### Records for the exercise ###
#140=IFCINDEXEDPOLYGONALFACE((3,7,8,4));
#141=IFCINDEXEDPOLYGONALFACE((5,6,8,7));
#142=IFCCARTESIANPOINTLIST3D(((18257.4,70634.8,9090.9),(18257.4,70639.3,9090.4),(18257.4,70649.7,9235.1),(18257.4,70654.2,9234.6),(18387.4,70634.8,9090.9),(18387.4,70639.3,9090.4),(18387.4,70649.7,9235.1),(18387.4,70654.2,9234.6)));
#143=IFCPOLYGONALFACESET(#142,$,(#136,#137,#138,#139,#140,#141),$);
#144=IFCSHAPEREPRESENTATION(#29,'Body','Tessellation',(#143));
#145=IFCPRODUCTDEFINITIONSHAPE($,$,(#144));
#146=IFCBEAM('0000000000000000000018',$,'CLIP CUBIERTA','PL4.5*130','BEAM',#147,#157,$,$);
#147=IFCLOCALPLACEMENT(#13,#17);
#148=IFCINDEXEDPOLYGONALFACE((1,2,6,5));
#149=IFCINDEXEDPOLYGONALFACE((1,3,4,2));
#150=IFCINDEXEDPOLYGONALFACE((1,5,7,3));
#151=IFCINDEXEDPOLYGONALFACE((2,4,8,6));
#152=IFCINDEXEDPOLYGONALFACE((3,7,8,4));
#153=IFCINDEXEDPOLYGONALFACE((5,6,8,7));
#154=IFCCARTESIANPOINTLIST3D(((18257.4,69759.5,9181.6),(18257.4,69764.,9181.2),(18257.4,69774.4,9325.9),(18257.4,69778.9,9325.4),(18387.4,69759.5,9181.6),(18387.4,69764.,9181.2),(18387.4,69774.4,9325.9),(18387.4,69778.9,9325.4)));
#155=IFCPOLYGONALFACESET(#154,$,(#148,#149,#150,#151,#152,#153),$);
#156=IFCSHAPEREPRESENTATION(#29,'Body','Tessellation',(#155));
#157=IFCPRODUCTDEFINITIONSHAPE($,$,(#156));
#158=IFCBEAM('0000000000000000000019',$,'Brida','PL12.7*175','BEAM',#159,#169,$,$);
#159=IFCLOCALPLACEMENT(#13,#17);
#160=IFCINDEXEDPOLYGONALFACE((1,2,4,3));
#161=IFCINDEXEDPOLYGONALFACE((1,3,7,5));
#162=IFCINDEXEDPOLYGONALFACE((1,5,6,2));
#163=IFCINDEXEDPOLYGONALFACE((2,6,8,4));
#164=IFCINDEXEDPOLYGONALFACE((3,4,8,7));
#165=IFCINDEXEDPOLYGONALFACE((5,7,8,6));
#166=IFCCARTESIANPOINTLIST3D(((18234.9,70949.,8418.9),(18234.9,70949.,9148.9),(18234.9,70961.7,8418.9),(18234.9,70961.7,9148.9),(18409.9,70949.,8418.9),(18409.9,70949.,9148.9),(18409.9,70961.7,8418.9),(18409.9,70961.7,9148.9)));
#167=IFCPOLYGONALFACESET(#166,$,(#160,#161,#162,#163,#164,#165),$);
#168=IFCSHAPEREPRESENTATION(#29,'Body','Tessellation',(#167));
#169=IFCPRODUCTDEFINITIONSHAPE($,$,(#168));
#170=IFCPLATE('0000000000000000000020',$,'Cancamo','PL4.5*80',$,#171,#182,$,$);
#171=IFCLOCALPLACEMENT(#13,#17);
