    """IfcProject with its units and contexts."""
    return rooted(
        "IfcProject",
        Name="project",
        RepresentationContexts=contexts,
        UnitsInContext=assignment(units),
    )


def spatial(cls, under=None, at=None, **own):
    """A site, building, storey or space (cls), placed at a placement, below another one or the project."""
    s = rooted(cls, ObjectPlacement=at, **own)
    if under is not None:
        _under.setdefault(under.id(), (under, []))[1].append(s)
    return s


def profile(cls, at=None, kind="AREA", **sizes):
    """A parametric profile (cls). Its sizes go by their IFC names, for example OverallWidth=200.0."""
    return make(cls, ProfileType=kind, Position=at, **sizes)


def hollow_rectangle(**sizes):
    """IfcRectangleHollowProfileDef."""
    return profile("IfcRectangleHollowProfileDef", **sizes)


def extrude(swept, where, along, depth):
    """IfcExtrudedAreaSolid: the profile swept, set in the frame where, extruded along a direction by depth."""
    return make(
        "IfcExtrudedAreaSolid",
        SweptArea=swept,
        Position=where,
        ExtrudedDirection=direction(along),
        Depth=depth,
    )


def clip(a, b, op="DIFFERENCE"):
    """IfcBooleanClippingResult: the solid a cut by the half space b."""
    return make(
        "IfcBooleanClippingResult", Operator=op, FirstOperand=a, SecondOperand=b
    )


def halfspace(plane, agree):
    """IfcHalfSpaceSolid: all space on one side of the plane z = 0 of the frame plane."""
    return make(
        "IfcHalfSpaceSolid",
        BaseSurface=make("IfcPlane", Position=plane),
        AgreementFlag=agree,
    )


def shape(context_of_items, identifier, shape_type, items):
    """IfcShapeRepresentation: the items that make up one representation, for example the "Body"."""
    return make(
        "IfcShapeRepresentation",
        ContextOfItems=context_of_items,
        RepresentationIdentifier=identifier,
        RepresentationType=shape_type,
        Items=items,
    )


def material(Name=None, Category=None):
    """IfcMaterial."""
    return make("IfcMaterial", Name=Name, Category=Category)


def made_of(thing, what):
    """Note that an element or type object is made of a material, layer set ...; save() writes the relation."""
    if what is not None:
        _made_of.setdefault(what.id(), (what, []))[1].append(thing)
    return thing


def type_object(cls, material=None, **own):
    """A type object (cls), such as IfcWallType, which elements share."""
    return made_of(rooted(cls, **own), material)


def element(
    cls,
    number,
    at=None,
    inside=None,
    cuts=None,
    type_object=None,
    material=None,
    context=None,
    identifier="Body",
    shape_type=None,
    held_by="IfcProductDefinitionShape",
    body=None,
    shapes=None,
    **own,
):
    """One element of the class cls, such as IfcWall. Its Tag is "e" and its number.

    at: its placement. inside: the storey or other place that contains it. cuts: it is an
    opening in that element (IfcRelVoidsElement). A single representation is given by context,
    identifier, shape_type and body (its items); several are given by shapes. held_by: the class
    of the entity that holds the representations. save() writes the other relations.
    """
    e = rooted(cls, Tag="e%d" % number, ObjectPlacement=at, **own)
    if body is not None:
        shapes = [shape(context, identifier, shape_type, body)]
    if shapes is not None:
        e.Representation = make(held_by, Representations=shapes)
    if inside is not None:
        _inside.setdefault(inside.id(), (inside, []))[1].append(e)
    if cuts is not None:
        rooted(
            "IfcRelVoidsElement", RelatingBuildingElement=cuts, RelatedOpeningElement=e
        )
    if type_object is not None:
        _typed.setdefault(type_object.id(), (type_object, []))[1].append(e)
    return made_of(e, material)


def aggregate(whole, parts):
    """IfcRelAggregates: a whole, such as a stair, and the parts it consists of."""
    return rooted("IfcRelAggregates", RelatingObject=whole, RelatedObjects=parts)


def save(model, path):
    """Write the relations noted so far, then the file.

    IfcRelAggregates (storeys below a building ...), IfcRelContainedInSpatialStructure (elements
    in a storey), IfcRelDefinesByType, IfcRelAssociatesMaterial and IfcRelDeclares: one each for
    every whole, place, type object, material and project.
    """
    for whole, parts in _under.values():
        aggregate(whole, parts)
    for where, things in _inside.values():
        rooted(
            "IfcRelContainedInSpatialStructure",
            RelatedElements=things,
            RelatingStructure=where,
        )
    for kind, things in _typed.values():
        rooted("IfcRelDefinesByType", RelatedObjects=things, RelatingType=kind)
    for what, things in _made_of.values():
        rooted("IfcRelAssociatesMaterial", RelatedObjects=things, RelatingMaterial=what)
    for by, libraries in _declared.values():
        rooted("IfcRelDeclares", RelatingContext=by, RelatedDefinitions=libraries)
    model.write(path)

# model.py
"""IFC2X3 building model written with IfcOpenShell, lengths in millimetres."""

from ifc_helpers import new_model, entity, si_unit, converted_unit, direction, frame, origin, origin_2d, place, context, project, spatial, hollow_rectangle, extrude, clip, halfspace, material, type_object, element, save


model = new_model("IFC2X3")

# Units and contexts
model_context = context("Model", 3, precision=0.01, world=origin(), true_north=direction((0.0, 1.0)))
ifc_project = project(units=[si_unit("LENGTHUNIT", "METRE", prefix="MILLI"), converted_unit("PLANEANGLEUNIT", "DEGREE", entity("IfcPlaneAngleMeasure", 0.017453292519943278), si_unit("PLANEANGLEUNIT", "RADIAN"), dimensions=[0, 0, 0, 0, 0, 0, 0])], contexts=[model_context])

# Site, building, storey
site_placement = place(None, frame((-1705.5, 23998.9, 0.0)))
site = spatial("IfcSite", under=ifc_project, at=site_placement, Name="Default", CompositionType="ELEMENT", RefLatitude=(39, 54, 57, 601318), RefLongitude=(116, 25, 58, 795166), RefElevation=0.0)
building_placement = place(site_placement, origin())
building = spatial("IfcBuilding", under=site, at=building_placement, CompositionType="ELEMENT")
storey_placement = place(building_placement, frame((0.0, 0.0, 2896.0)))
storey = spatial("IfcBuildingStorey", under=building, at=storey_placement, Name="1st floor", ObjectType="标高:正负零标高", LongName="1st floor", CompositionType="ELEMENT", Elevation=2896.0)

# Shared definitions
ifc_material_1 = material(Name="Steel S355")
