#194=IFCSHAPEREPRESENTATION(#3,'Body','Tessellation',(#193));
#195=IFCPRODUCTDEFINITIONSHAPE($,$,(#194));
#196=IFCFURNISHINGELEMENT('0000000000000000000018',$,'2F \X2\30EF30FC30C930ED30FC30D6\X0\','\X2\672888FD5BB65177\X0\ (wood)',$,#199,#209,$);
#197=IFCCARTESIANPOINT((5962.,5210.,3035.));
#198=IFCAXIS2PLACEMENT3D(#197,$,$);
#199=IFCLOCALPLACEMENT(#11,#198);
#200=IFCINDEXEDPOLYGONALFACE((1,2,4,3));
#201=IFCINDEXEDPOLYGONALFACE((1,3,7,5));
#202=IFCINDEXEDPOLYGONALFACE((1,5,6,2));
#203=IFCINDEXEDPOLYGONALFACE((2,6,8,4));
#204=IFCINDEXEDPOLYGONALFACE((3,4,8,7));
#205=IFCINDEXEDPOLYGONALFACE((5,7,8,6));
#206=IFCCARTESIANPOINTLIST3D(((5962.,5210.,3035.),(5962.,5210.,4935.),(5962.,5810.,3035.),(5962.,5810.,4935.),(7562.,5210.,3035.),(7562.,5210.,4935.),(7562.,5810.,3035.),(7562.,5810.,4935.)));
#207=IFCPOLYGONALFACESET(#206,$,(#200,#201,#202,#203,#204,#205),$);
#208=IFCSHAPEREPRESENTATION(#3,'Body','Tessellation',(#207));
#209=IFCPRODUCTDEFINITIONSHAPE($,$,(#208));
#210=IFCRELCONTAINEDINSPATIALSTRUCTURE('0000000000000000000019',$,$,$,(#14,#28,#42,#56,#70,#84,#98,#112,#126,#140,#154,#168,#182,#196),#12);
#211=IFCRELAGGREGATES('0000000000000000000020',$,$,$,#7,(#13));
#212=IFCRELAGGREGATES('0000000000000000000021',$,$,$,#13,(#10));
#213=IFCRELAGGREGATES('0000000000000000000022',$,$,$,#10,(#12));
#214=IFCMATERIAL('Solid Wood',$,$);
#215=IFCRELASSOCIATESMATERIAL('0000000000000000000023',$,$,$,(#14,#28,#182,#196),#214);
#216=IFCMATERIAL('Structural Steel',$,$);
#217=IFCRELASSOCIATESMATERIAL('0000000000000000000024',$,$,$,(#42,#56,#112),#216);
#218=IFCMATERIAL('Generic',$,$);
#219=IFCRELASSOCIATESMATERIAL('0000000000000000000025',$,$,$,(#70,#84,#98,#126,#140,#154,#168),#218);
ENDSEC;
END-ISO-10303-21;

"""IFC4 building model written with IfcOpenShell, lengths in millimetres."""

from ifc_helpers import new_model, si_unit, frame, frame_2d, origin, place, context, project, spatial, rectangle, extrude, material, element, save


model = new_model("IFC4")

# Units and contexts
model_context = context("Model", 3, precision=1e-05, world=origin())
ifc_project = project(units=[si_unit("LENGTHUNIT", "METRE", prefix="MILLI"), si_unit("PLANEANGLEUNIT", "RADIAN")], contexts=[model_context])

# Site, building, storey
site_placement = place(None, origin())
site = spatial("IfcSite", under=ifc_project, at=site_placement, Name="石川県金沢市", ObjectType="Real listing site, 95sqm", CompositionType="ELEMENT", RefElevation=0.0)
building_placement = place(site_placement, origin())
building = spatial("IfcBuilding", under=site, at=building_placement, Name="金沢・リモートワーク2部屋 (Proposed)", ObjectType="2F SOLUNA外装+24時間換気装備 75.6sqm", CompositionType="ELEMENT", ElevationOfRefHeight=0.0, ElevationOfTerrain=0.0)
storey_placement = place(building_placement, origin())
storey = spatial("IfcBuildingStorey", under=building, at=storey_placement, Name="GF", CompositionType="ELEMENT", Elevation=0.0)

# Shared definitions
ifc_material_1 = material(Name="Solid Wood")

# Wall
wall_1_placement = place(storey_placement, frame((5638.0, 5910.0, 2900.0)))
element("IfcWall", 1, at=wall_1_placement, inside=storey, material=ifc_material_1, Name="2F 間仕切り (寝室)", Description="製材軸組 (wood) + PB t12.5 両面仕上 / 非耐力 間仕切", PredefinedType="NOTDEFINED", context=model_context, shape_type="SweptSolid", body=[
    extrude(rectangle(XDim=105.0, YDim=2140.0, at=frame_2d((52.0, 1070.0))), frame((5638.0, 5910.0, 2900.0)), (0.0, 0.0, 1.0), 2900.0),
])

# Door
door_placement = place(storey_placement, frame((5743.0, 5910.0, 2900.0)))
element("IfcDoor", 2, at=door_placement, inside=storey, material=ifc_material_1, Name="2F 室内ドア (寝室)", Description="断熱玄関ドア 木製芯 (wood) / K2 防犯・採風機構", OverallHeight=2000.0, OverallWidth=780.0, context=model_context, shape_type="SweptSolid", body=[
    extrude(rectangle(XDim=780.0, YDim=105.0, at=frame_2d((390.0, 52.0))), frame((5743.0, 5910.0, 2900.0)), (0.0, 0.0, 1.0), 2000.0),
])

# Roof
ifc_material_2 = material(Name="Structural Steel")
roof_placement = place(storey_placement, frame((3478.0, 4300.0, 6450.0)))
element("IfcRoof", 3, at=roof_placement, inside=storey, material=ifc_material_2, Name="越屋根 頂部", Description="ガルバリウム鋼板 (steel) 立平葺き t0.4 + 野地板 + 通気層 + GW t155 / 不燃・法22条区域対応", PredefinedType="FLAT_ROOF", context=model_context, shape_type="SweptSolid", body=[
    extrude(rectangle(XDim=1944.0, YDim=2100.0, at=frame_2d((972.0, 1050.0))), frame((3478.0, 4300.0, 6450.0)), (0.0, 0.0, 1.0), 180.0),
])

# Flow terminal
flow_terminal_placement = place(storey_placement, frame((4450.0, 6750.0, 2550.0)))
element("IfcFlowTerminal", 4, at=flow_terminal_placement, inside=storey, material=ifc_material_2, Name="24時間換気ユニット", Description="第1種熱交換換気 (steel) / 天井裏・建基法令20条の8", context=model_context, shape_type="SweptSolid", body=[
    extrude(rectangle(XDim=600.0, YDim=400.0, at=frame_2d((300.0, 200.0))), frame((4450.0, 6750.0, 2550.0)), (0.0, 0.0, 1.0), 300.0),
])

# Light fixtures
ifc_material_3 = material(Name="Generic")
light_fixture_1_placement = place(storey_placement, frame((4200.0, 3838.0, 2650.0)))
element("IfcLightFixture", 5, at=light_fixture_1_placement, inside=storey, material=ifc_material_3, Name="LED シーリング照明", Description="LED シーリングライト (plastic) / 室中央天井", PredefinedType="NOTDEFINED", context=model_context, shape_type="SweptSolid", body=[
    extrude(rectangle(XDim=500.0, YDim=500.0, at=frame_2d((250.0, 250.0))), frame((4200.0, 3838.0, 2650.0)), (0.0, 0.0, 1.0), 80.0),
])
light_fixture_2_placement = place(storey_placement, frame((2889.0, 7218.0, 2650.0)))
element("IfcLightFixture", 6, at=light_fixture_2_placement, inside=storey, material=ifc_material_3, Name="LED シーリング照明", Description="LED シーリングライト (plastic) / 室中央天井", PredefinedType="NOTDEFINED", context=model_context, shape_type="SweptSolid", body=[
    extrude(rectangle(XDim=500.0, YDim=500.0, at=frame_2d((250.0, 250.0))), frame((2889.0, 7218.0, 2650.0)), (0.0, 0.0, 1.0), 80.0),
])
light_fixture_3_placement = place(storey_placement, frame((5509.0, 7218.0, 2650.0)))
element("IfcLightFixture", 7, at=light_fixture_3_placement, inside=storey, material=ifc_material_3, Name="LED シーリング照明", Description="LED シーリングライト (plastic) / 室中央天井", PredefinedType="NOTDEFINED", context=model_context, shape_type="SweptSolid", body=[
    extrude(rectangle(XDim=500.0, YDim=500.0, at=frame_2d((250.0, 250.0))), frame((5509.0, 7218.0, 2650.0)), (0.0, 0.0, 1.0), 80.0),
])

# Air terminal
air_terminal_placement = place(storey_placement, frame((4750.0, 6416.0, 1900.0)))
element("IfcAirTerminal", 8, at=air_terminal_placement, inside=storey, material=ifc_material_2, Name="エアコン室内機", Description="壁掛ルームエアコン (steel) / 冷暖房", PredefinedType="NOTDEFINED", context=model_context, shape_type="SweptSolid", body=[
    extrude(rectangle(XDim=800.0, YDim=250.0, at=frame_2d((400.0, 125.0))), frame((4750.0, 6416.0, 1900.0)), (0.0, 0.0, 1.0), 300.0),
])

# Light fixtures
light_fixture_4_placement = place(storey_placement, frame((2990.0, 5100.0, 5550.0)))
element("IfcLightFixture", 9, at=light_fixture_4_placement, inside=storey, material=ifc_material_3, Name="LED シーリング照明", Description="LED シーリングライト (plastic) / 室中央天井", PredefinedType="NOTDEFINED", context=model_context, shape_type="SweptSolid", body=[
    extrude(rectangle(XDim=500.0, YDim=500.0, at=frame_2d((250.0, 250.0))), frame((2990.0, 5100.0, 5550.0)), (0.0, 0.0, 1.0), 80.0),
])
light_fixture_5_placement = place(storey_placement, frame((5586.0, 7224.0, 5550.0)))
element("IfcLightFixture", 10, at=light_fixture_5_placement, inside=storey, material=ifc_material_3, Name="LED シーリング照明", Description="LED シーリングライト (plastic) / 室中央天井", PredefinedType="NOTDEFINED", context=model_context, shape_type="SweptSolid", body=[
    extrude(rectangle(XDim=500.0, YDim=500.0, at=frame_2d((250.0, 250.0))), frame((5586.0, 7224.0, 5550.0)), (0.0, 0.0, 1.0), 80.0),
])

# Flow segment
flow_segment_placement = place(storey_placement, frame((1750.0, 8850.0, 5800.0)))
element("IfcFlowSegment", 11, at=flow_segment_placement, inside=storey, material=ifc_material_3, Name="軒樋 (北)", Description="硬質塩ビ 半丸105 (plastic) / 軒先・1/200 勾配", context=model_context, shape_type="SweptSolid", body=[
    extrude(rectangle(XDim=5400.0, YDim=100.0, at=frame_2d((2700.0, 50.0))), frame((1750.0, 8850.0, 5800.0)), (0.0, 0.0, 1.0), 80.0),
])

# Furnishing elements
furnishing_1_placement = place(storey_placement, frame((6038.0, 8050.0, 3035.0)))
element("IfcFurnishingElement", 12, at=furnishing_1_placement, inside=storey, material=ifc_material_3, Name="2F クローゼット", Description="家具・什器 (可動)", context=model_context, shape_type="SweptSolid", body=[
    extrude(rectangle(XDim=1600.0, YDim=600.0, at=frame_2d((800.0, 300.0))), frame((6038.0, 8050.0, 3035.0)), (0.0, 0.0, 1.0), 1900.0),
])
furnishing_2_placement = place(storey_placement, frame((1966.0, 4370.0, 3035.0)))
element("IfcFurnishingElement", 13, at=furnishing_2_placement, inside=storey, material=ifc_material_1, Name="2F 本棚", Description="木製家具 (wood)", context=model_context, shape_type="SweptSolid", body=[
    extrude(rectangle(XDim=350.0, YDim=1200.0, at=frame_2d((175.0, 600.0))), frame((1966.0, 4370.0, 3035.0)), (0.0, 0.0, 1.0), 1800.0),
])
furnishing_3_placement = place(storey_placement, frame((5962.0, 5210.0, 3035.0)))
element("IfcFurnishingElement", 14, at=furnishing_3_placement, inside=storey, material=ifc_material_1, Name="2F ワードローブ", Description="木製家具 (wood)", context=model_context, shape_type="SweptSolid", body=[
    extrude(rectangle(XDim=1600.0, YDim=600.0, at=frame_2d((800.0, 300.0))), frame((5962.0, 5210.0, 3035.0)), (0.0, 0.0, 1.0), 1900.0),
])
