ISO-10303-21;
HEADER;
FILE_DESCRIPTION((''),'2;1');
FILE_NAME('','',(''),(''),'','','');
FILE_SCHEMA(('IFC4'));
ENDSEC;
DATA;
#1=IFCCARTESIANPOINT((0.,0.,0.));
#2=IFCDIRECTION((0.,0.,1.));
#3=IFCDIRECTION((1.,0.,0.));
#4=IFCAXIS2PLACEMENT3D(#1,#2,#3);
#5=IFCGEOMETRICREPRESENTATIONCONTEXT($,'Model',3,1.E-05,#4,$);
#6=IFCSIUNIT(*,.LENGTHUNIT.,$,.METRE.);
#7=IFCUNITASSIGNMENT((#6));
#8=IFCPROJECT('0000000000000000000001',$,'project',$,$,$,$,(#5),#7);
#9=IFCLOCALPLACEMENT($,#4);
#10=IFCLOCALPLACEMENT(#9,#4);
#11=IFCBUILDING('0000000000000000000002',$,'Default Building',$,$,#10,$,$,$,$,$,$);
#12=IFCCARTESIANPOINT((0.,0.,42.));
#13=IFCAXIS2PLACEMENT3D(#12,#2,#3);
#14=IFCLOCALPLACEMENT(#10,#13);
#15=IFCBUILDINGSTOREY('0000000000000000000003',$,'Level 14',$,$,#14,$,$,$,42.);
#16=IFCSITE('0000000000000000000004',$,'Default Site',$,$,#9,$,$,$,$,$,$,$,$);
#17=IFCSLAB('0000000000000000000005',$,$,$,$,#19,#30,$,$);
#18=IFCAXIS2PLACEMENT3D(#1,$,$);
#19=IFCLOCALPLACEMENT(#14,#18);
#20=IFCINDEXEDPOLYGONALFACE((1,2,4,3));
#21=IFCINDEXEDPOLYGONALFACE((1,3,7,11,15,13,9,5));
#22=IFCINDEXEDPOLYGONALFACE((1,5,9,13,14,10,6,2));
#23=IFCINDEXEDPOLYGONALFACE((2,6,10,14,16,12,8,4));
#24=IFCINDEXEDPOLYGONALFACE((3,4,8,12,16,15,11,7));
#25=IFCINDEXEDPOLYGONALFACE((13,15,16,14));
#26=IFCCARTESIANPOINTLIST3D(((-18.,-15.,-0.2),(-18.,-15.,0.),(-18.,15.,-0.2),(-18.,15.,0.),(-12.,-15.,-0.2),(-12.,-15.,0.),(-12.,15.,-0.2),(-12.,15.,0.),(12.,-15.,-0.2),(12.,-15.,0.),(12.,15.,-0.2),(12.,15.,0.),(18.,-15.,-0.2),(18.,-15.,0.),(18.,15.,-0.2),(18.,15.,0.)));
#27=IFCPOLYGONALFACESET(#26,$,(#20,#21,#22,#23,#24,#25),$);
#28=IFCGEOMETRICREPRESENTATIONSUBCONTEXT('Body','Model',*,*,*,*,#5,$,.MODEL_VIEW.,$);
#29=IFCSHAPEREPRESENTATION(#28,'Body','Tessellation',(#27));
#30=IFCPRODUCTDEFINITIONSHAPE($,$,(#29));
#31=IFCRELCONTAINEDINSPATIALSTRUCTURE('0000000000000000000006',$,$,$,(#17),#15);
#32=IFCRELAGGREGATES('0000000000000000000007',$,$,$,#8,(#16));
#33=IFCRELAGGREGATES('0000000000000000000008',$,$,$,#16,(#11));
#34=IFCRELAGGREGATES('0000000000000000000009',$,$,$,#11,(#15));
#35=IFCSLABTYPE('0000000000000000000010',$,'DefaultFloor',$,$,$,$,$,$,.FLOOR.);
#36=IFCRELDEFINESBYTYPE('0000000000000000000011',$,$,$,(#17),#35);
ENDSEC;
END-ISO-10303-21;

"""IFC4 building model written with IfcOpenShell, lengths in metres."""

from ifc_helpers import new_model, si_unit, frame, origin_with_axes, place, context, subcontext, project, spatial, polyline, outline, extrude, type_object, element, save


model = new_model("IFC4")

# Units and contexts
model_context = context("Model", 3, precision=1e-05, world=origin_with_axes())
body_context = subcontext(model_context, "Body", "Model", "MODEL_VIEW")
ifc_project = project(units=[si_unit("LENGTHUNIT", "METRE")], contexts=[model_context])

# Site, building, storey
site_placement = place(None, origin_with_axes())
site = spatial("IfcSite", under=ifc_project, at=site_placement, Name="Default Site")
building_placement = place(site_placement, origin_with_axes())
building = spatial("IfcBuilding", under=site, at=building_placement, Name="Default Building")
storey_placement = place(building_placement, frame((0.0, 0.0, 42.0), z_axis=(0.0, 0.0, 1.0), x_axis=(1.0, 0.0, 0.0)))
storey = spatial("IfcBuildingStorey", under=building, at=storey_placement, Name="Level 14", Elevation=42.0)

# Slab
slab_type = type_object("IfcSlabType", Name="DefaultFloor", PredefinedType="FLOOR")
slab_placement = place(storey_placement, frame((0.0, 0.0, -42.0), z_axis=(0.0, 0.0, 1.0), x_axis=(1.0, 0.0, 0.0)))
element("IfcSlab", 1, at=slab_placement, inside=storey, type_object=slab_type, context=body_context, shape_type="SweptSolid", body=[
    extrude(outline(polyline([(-18.0, 15.0), (-12.0, 15.0), (12.0, 15.0), (18.0, 15.0), (18.0, -15.0), (12.0, -15.0), (-12.0, -15.0), (-18.0, -15.0), (-18.0, 15.0)])), frame((0.0, 0.0, 42.0), z_axis=(0.0, 0.0, 1.0), x_axis=(1.0, 0.0, 0.0)), (0.0, 0.0, -1.0), 0.2),
])

save(model, "model.ifc")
###
* **The problem**
Scan the entries above and return each line that holds "where".

* **Response to the task**
def extrude(swept, where, along, depth):
    """IfcExtrudedAreaSolid: the profile swept, set in the frame where, extruded along a direction by depth."""
        Position=where,
    for where, things in _inside.values():
            RelatingStructure=where,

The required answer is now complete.